Since the discovery of hybridoma technology in 1975 and with the subsequent development of recombinant DNA technologies, the genes encoding binding proteins, particularly antibodies, have been engineered to manipulate the binding protein or antibody in some way, e.g., reduction in size, such as a single-chain variable fragment (scFv) or variable fragments from antibody light chain (VL) and heavy chain (VH); rebuilding into multivalent high-avidity reagents; and fusion with a variety of molecules (e.g. enzymes, toxins). In addition, several selection methods and experimental approaches have been developed in order to select monoclonal antibodies (mAbs) with higher affinity and specificity.
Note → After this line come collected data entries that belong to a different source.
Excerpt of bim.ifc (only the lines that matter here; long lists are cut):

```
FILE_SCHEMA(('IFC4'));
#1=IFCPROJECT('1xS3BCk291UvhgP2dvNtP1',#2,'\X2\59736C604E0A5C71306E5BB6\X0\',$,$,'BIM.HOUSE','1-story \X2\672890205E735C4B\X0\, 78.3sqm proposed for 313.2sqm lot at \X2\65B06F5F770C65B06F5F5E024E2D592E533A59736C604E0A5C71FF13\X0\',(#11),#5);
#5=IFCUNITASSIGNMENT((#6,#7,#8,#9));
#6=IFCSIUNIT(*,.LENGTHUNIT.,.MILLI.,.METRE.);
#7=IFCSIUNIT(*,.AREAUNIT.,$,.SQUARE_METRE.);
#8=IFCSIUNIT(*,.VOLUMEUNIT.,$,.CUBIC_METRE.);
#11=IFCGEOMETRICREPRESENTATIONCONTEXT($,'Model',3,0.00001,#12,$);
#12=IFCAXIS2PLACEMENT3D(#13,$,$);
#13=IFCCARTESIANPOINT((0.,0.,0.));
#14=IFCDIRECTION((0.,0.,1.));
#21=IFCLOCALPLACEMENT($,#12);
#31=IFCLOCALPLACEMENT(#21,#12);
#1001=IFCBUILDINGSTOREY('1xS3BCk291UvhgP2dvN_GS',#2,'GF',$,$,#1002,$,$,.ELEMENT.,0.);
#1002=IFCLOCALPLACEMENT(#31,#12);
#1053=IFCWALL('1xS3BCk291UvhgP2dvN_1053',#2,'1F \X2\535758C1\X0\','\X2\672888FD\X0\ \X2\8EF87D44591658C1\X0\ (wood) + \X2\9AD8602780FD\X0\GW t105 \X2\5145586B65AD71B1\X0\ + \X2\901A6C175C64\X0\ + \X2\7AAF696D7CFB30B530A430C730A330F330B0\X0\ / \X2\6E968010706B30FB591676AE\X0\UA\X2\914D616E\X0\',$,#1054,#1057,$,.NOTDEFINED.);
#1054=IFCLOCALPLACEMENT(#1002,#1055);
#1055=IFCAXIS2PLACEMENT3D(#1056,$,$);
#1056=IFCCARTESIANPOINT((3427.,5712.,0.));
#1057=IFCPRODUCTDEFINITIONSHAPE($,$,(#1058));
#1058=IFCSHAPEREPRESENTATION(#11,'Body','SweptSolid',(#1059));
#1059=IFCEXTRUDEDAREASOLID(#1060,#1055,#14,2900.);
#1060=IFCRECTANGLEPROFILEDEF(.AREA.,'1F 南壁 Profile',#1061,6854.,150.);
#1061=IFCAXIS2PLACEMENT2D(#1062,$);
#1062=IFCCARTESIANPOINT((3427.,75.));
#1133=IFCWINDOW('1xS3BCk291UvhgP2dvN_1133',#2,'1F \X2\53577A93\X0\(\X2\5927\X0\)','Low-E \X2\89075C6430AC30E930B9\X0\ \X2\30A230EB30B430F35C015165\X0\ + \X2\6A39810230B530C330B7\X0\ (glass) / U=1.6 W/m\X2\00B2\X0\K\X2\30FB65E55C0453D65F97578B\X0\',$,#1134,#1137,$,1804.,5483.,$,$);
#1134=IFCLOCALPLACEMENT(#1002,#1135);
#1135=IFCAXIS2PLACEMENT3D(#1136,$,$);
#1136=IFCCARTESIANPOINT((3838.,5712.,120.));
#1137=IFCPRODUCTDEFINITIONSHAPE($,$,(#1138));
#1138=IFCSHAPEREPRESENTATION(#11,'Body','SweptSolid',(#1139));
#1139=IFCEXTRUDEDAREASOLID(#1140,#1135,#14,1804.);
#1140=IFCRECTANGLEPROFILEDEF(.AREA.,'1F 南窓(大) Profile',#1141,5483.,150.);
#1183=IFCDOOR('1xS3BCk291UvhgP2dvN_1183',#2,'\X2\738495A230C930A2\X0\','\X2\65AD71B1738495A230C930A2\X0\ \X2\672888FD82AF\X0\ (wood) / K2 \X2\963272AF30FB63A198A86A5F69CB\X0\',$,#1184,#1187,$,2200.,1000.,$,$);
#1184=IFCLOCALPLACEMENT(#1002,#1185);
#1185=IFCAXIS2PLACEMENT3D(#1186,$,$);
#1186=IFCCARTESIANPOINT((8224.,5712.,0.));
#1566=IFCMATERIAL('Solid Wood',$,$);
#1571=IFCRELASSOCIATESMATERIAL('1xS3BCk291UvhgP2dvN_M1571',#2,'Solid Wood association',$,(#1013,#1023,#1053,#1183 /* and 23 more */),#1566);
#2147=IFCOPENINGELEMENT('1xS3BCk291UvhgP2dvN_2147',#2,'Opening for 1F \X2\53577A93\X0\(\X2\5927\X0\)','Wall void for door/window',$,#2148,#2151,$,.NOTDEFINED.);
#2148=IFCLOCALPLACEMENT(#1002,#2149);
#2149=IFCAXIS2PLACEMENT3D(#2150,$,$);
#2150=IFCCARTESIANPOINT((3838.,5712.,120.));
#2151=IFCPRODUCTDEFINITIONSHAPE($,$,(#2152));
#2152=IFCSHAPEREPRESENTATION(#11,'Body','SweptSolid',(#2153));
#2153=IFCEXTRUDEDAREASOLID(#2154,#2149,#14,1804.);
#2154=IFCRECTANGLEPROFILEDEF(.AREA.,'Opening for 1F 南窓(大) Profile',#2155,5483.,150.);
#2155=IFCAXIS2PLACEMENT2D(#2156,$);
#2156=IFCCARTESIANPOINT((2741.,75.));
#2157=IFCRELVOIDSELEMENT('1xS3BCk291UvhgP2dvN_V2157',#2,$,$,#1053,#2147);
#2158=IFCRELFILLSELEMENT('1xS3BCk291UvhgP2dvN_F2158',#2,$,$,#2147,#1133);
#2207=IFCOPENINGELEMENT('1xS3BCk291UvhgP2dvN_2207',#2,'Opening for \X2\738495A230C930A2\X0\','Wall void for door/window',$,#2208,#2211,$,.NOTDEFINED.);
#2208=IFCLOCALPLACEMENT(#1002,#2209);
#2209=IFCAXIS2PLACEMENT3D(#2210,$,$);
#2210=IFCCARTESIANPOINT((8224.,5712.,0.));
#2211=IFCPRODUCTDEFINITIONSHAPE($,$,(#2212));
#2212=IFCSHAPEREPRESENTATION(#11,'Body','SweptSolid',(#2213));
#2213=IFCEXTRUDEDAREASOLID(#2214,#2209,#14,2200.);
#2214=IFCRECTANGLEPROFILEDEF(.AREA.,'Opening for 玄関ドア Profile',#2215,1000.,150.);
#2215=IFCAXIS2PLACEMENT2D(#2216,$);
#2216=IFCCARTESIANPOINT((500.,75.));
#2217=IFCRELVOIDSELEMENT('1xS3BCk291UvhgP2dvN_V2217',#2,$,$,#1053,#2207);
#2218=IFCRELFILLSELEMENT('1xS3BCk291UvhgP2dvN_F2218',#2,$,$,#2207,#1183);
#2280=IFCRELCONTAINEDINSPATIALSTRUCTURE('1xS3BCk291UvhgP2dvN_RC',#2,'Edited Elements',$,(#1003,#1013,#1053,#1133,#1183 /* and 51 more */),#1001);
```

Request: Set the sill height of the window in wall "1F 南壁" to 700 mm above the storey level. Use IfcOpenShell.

```python
import numpy as np
import ifcopenshell
import ifcopenshell.api.geometry
import ifcopenshell.geom
import ifcopenshell.util.element
import ifcopenshell.util.placement
import ifcopenshell.util.shape
import ifcopenshell.util.unit

model = ifcopenshell.open("bim.ifc")
unit_scale = ifcopenshell.util.unit.calculate_unit_scale(model)

window = model.by_guid("1xS3BCk291UvhgP2dvN_1133")
opening = window.FillsVoids[0].RelatingOpeningElement
storey = ifcopenshell.util.element.get_container(window, ifc_class="IfcBuildingStorey")
level = ifcopenshell.util.placement.get_local_placement(storey.ObjectPlacement)[2, 3]

# The opening's origin need not be at the sill, so measure its lowest point.
shape = ifcopenshell.geom.create_shape(ifcopenshell.geom.settings(), opening)
bottom = ifcopenshell.util.shape.get_shape_bottom_elevation(shape, shape.geometry) / unit_scale
dz = level + 0.7 / unit_scale - bottom

shift = np.array([0.0, 0.0, dz])
# The window is not placed relative to its opening, so move both.
for product in (opening, window):
    matrix = ifcopenshell.util.placement.get_local_placement(product.ObjectPlacement)
    matrix[:3, 3] += shift
    ifcopenshell.api.geometry.edit_object_placement(model, product=product, matrix=matrix, is_si=False)

print(f"moved by {dz * unit_scale:+.3f} m")

model.write("bim_rev.ifc")
```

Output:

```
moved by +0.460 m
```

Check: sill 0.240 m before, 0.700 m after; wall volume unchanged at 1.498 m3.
Antibody selection techniques using an antibody library can be performed totally in vitro, without the requirement of cell transformation, or in vivo, in which cells may be transformed, e.g., using vectors encoding an antibody library. In vitro antibody selection includes techniques such as ribosome, RNA and DNA display, while in vivo antibody selection includes techniques such as phage-display, two-hybrid systems, cell-display, e.g., in bacteria, yeast, or mammalian cells and protein fragment complementation assays (PCA). Phage-display is broadly used due to its simplicity, versatility and ability to be adapted to many specific conditions. Yeast, bacterial, and mammalian cell display platforms offer an advantage over phage-display in that fluorescence activated cell sorting (FACS) can be coupled with cell surface antibody display to allow monitoring of both antibody expression on the cell surface and the ability of that antibody to bind to its target. On the other hand, ribosomal display technology allows the screening of larger libraries and facilitates the diversity and efficient antibody maturation in vitro.
Although a large number of antibodies have been selected by various technologies, most need to be affinity improved or enhanced. Such improvement in antibody affinity and subsequent selection of specific antibody are typically achieved through the use of one or more methods, systems, or technologies, such as multimerization of antibodies; E. coli mutator strains; B-cell lines, e.g., RAMOS, DT-40, or HEK293T cells and activation-induced cytidine deaminase (AID); retrovirus display systems; error-prone PCR; immunoglobulin chain or CDR shuffling; directed mutagenesis.
Despite the various methodologies developed to improve the affinity and subsequent selection of antibodies, significant problems are prevalent. Examples of problems that have been detected and reported include potency/affinity, expression, correct folding and post-translation modifications of isolated antibodies. Thus improved and new processes are needed for selecting specific and functional antibodies and optimizing them, as well as other types of binding molecules, particularly for therapeutic utility. It is therefore important to develop new strategies related to improved and useful methods for introducing diversification into the genes or nucleic acid sequences encoding binding molecules, such as antibodies, and to provide novel and efficient methods for selecting the expressed molecules, particularly for generating new, improved and useful therapeutic biological products.